In its International Critics Poll last year, Down Beat magazine gave top honours to Iyer in an unprecedented five categories, including Jazz Artist of the Year, Jazz Album of the Year, Jazz Group of the Year and Pianist of the Year.
Accelerando, Iyer explains, is an Italian adverb that means “while getting faster.” The album is infectious in its buoyancy. “Actually all of these pieces have a sort of dance orientation to them. Some of them are covers of songs that were made for that purpose,” Iyer says.
Among the covers was one of Michael Jackson’s Human Nature. That would seem an odd choice for a work of jazz, but with Iyer’s track record, hardly a surprise. The Vijay Iyer Trio’s 2009 album, Historicity, for instance, featured a version of Tamil-Brit pop star MIA’s Galang. As Iyer explains, “I grew up with Michael Jackson’s music and when MIA hit the scene, I was very inspired by her. So, I’m just like anybody else. Perhaps, it’s more that you don’t often see piano trios taking stuff like that on.”
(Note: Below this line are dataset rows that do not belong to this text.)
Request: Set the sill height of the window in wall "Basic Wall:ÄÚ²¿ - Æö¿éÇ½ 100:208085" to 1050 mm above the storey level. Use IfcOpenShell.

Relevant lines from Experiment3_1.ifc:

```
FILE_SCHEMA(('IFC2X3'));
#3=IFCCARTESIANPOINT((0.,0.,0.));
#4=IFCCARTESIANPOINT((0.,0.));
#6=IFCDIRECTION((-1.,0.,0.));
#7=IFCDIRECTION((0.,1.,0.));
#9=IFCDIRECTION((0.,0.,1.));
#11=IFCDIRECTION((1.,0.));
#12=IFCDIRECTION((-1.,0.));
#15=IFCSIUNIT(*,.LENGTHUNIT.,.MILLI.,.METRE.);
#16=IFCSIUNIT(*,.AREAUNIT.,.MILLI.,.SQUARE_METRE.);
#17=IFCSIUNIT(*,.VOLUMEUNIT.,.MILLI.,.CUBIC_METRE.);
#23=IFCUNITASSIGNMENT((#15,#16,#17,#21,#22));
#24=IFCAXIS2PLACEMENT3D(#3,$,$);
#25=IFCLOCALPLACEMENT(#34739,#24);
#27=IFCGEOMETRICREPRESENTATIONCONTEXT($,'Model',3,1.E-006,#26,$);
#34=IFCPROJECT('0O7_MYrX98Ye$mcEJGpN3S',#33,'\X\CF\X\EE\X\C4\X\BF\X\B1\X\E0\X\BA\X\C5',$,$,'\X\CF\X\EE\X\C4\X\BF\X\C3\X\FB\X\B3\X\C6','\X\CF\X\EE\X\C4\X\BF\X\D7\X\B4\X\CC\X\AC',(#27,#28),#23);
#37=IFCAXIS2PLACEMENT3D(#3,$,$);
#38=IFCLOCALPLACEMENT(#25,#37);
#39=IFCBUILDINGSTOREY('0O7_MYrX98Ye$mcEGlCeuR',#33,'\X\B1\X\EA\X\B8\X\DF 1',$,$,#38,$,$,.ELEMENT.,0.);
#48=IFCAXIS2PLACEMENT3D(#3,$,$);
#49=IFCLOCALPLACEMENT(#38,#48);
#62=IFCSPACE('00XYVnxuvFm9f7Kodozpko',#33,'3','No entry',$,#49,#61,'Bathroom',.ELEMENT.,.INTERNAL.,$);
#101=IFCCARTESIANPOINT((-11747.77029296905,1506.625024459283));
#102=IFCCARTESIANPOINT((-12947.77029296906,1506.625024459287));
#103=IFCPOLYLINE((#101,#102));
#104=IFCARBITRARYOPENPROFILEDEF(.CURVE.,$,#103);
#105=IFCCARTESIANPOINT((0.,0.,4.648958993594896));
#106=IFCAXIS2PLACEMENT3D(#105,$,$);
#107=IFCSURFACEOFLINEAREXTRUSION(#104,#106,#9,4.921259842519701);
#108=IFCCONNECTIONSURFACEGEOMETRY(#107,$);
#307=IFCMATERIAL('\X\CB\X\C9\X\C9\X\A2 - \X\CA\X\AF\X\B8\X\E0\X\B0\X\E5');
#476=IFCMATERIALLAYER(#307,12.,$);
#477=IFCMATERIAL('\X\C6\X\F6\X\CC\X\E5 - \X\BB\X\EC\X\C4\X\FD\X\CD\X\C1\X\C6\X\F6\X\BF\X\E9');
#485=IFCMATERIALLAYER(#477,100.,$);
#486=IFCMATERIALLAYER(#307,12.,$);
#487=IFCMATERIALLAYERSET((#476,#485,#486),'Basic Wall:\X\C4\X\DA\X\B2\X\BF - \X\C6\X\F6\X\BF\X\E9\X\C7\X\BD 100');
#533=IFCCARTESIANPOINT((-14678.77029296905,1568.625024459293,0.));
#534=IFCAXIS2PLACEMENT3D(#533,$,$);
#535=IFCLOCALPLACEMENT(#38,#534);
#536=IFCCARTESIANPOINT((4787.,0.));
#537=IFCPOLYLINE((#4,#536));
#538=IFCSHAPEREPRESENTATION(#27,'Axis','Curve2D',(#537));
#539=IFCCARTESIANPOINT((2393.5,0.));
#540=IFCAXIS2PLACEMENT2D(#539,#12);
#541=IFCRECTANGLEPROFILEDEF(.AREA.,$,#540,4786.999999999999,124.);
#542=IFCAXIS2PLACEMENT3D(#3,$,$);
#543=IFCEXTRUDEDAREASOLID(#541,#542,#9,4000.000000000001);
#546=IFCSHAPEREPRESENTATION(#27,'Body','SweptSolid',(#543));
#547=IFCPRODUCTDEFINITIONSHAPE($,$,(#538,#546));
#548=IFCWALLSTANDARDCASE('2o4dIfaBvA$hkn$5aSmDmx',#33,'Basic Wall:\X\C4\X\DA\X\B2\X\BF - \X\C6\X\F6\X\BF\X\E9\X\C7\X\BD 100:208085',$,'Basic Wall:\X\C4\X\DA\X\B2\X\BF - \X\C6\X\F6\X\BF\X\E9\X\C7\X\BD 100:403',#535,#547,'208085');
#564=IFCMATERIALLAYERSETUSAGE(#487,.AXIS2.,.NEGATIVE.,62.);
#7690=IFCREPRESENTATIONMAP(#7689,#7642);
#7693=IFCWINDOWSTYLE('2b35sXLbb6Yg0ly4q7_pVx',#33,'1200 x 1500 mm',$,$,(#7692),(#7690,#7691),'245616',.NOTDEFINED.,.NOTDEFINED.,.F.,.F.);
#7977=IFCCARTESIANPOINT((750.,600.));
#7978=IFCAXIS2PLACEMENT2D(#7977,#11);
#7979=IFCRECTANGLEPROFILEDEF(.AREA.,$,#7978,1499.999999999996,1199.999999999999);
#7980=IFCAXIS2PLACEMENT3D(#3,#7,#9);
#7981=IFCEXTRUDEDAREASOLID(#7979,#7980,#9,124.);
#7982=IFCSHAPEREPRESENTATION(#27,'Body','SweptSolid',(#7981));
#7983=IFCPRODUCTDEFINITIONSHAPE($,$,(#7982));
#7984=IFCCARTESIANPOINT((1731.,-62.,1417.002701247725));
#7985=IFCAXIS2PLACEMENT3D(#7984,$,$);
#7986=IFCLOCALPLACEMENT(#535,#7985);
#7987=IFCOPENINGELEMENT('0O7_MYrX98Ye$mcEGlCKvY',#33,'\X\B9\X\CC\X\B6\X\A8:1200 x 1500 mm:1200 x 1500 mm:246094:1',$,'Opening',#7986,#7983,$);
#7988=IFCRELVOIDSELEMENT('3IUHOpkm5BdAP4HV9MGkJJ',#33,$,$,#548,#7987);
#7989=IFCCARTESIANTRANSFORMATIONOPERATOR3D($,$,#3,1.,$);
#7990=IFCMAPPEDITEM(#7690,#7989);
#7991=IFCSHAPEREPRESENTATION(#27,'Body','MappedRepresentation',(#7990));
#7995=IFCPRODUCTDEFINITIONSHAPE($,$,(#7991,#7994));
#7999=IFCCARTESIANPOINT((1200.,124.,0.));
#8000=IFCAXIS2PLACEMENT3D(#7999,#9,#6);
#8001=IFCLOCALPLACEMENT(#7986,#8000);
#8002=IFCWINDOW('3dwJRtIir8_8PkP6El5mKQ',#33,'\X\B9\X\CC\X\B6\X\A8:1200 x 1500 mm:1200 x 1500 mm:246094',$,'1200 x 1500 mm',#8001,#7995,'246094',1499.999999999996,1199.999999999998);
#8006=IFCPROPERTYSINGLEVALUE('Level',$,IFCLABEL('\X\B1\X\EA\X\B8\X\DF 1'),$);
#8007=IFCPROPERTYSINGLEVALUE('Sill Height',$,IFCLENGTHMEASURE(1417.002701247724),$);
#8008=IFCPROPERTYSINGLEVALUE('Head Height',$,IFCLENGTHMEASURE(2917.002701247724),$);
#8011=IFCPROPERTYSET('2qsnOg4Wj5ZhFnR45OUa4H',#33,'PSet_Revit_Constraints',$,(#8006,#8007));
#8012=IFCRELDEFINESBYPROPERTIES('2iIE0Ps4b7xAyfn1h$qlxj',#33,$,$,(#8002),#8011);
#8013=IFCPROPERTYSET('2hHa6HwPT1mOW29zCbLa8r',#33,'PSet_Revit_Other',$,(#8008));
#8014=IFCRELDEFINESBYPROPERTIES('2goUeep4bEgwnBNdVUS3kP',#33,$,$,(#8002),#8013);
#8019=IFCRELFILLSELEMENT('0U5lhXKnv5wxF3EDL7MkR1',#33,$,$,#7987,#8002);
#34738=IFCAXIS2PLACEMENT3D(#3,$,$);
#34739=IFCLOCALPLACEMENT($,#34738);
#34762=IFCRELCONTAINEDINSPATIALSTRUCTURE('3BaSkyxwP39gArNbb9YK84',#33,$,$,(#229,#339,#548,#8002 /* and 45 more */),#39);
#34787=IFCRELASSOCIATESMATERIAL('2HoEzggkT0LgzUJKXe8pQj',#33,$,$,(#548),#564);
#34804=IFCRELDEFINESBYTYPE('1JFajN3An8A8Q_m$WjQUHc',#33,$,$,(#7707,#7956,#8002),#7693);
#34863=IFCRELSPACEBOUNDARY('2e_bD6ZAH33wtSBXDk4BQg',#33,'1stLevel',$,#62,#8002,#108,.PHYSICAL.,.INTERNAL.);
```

```python
import numpy as np
import ifcopenshell
import ifcopenshell.api.geometry
import ifcopenshell.api.pset
import ifcopenshell.geom
import ifcopenshell.util.element
import ifcopenshell.util.placement
import ifcopenshell.util.shape
import ifcopenshell.util.unit

model = ifcopenshell.open("Experiment3_1.ifc")
unit_scale = ifcopenshell.util.unit.calculate_unit_scale(model)

window = model.by_guid("3dwJRtIir8_8PkP6El5mKQ")
opening = window.FillsVoids[0].RelatingOpeningElement
storey = ifcopenshell.util.element.get_container(window, ifc_class="IfcBuildingStorey")
level = ifcopenshell.util.placement.get_local_placement(storey.ObjectPlacement)[2, 3]

# The opening's origin need not be at the sill, so measure its lowest point.
shape = ifcopenshell.geom.create_shape(ifcopenshell.geom.settings(), opening)
bottom = ifcopenshell.util.shape.get_shape_bottom_elevation(shape, shape.geometry) / unit_scale
dz = level + 1.05 / unit_scale - bottom

shift = np.array([0.0, 0.0, dz])
# The window is placed relative to its opening, so it follows when the opening moves.
matrix = ifcopenshell.util.placement.get_local_placement(opening.ObjectPlacement)
matrix[:3, 3] += shift
ifcopenshell.api.geometry.edit_object_placement(
    model, product=opening, matrix=matrix, is_si=False, should_transform_children=True
)

# Space boundary surfaces are stored in each space's coordinates; move them too.
for rel in window.ProvidesBoundaries:
    if not rel.ConnectionGeometry:
        continue
    surface = rel.ConnectionGeometry.SurfaceOnRelatingElement
    space_matrix = ifcopenshell.util.placement.get_local_placement(rel.RelatingSpace.ObjectPlacement)
    point = np.array(surface.Position.Location.Coordinates) + space_matrix[:3, :3].T @ shift
    surface.Position = model.createIfcAxis2Placement3D(
        model.createIfcCartesianPoint(point.tolist()), surface.Position.Axis, surface.Position.RefDirection
    )

# Keep the stored heights in step.
pset = model.by_id(ifcopenshell.util.element.get_pset(window, "PSet_Revit_Constraints", should_inherit=False)["id"])
ifcopenshell.api.pset.edit_pset(model, pset=pset, properties={
    "Sill Height": model.create_entity("IfcLengthMeasure", ifcopenshell.util.element.get_pset(window, "PSet_Revit_Constraints", "Sill Height") + dz),
})
pset = model.by_id(ifcopenshell.util.element.get_pset(window, "PSet_Revit_Other", should_inherit=False)["id"])
ifcopenshell.api.pset.edit_pset(model, pset=pset, properties={
    "Head Height": model.create_entity("IfcLengthMeasure", ifcopenshell.util.element.get_pset(window, "PSet_Revit_Other", "Head Height") + dz),
})

print(f"moved by {dz * unit_scale:+.3f} m")

model.write("Experiment3_1_v2.ifc")
```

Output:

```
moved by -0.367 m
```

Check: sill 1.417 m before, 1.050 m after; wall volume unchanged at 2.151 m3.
Historicity was an album that had reviewed searching for superlatives. The Los Angeles Times raved: “No record defined the jazz landscape in 2009 quite like Historicity”, while the New York Times chose it as the best jazz album of that year. It also bagged a Grammy nomination, and though it didn’t win, it marked a milestone in Iyer’s emergence on the jazz scene.
Which means he’s in demand, for concerts in Europe to being appointed director of the Banff International Workshop in Jazz and Creative Music at The Banff Centre in Canada. Given a hectic schedule, Iyer is “afraid to count” the number of days he toured in 2012 (“About 150,” he figures).
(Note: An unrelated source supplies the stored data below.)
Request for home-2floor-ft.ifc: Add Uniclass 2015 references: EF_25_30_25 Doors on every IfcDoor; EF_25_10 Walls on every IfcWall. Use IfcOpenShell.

First a look at what the model holds.

```python
import ifcopenshell

model = ifcopenshell.open("home-2floor-ft.ifc")
print(model.schema)
print("classifications:", [c.Name for c in model.by_type("IfcClassification")])
for ifc_class in ("IfcDoor", "IfcRoof", "IfcStair", "IfcWall", "IfcWindow"):
    print(ifc_class, len(model.by_type(ifc_class)))
```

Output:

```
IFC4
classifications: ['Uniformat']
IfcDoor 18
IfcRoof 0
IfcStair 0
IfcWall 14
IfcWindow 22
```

```python
import ifcopenshell
import ifcopenshell.api.classification

model = ifcopenshell.open("home-2floor-ft.ifc")

system = ifcopenshell.api.classification.add_classification(model, classification="Uniclass 2015")

codes = {
    "IfcDoor": ("EF_25_30_25", "Doors"),
    "IfcWall": ("EF_25_10", "Walls"),
}
for ifc_class, (code, name) in codes.items():
    products = model.by_type(ifc_class)
    ifcopenshell.api.classification.add_reference(
        model, products=products, classification=system, identification=code, name=name
    )
    print(code, len(products))

model.write("home-2floor-ft_rev.ifc")
```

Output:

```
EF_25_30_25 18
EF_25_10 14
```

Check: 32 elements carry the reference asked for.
In between he tries to make time to be home in New York City, especially since he has an eight-year-old daughter.
He hasn’t quite made it to India yet. In December 2012, an opportunity to perform in Goa fell through because it “just didn’t work out logistically.” It has been a while, almost a decade, since Iyer last visited India. His last performance in India was in Chennai, in 2000, when he played with Steve Coleman and Umayalpuram Sivaraman.But he collaborates frequently with Indian musicians (see box). He often visited India earlier, traversing Chennai, Mumbai, Hyderabad, Delhi, Bangalore, “visiting various relatives and seeing the sites.”
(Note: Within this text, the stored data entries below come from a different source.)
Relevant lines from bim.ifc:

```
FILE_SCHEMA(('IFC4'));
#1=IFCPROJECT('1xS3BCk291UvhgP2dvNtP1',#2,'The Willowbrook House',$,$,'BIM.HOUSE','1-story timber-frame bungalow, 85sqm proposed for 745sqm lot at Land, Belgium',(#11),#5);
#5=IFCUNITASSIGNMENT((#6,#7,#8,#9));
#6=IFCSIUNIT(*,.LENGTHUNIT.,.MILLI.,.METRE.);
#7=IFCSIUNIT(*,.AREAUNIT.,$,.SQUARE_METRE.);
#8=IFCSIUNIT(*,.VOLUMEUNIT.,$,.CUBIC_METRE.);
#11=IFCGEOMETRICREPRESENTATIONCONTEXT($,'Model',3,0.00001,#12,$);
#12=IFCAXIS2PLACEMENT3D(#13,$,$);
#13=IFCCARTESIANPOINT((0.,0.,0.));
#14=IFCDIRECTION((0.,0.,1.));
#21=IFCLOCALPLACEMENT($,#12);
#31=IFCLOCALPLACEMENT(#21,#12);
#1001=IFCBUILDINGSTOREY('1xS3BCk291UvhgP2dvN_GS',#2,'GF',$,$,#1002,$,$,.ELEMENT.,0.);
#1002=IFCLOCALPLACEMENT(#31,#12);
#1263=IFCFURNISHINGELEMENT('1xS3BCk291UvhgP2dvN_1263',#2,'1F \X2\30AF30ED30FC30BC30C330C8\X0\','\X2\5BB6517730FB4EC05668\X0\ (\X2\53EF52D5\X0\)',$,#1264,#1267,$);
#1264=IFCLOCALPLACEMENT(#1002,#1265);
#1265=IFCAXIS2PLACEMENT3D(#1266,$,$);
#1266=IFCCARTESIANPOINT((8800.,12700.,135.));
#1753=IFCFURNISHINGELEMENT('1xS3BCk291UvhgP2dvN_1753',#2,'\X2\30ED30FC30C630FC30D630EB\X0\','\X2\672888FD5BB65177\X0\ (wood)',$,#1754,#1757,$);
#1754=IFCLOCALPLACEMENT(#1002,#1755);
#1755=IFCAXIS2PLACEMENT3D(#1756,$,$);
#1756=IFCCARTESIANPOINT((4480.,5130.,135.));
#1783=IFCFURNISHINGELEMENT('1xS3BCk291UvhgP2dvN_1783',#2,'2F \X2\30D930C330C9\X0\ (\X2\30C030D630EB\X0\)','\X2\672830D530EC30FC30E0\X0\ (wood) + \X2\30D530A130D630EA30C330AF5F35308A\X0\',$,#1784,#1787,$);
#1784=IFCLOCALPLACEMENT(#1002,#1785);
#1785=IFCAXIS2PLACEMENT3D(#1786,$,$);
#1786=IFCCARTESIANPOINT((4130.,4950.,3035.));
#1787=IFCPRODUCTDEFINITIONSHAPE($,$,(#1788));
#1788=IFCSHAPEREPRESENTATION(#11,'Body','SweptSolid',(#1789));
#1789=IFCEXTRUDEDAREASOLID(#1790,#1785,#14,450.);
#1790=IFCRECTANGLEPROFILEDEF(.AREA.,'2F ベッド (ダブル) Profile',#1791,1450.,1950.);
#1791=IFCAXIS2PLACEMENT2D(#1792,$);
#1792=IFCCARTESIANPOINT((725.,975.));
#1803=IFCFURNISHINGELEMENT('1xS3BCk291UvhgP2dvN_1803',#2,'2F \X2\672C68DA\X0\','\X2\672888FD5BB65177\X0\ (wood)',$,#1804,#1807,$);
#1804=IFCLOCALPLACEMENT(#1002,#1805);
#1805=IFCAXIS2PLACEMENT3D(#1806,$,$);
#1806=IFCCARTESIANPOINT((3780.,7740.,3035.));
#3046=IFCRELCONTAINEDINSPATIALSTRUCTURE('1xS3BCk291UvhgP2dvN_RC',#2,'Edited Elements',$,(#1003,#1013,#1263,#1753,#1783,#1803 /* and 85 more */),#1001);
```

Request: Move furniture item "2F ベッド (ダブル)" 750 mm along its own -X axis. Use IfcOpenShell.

```python
import ifcopenshell
import ifcopenshell.api.geometry
import ifcopenshell.util.placement

model = ifcopenshell.open("bim.ifc")

item = model.by_guid("1xS3BCk291UvhgP2dvN_1783")
matrix = ifcopenshell.util.placement.get_local_placement(item.ObjectPlacement)
matrix[:3, 3] -= matrix[:3, 0] * 750.0
ifcopenshell.api.geometry.edit_object_placement(model, product=item, matrix=matrix, is_si=False)

print(ifcopenshell.util.placement.get_local_placement(item.ObjectPlacement).round(3) + 0.0)

model.write("bim_v2.ifc")
```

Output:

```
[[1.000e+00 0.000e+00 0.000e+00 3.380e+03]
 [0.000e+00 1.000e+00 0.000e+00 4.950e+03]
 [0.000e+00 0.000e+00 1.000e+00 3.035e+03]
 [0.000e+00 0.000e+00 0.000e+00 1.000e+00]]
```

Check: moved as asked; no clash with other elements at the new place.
As he prepares to play at that celebrated New York venue, Carnegie Hall in late April, his first time there as a headliner, his career is taking cues from the titles of his recent works, be it the colorful rites of Holi, or forward momentum.
Radhe Radhe: Multimedia performance based on the celebration of Holi, with Prashant Bhargava. (2013)
Tirtha: A trio featuring guitarist Prasanna and tabla player Nitin Mitta. (2011)
Raw Materials: With Indian-American saxophone virtuoso Rudresh Mahanthappa. (2006)
Talvin Singh: Appeared on the Indo-Brit composer’s debut album OK. (1998)
Himanshu Suri: Working on a project with this New Yorker and frontman of the alternative hip hop act, Das Racist. (2013)
Manodharma: A trio with Iyer, Mahanthappa and mridangam maestro Trichy Sankaran. (2001)
Ustad Shujaat Khan and Karsh Kale: Live performance with the sitar maestro and the cutting-edge composer. (2009)
First week of April: Performances at Oberlin College, Ohio and Purdue University, Indiana. On to the Yale Jazz Festival.
Second week: Performances and workshops in San Francisco
Third week: Concert at George Washington University.
Fourth week: Headlining at the Zankel Hall, in the celebrated New York concert venue, Carnegie Hall.
And from there: Three week intensive workshop involving nearly 100 people at The Banff Centre in Canada, where he is director of the Banff International Workshop in Jazz and Creative Music.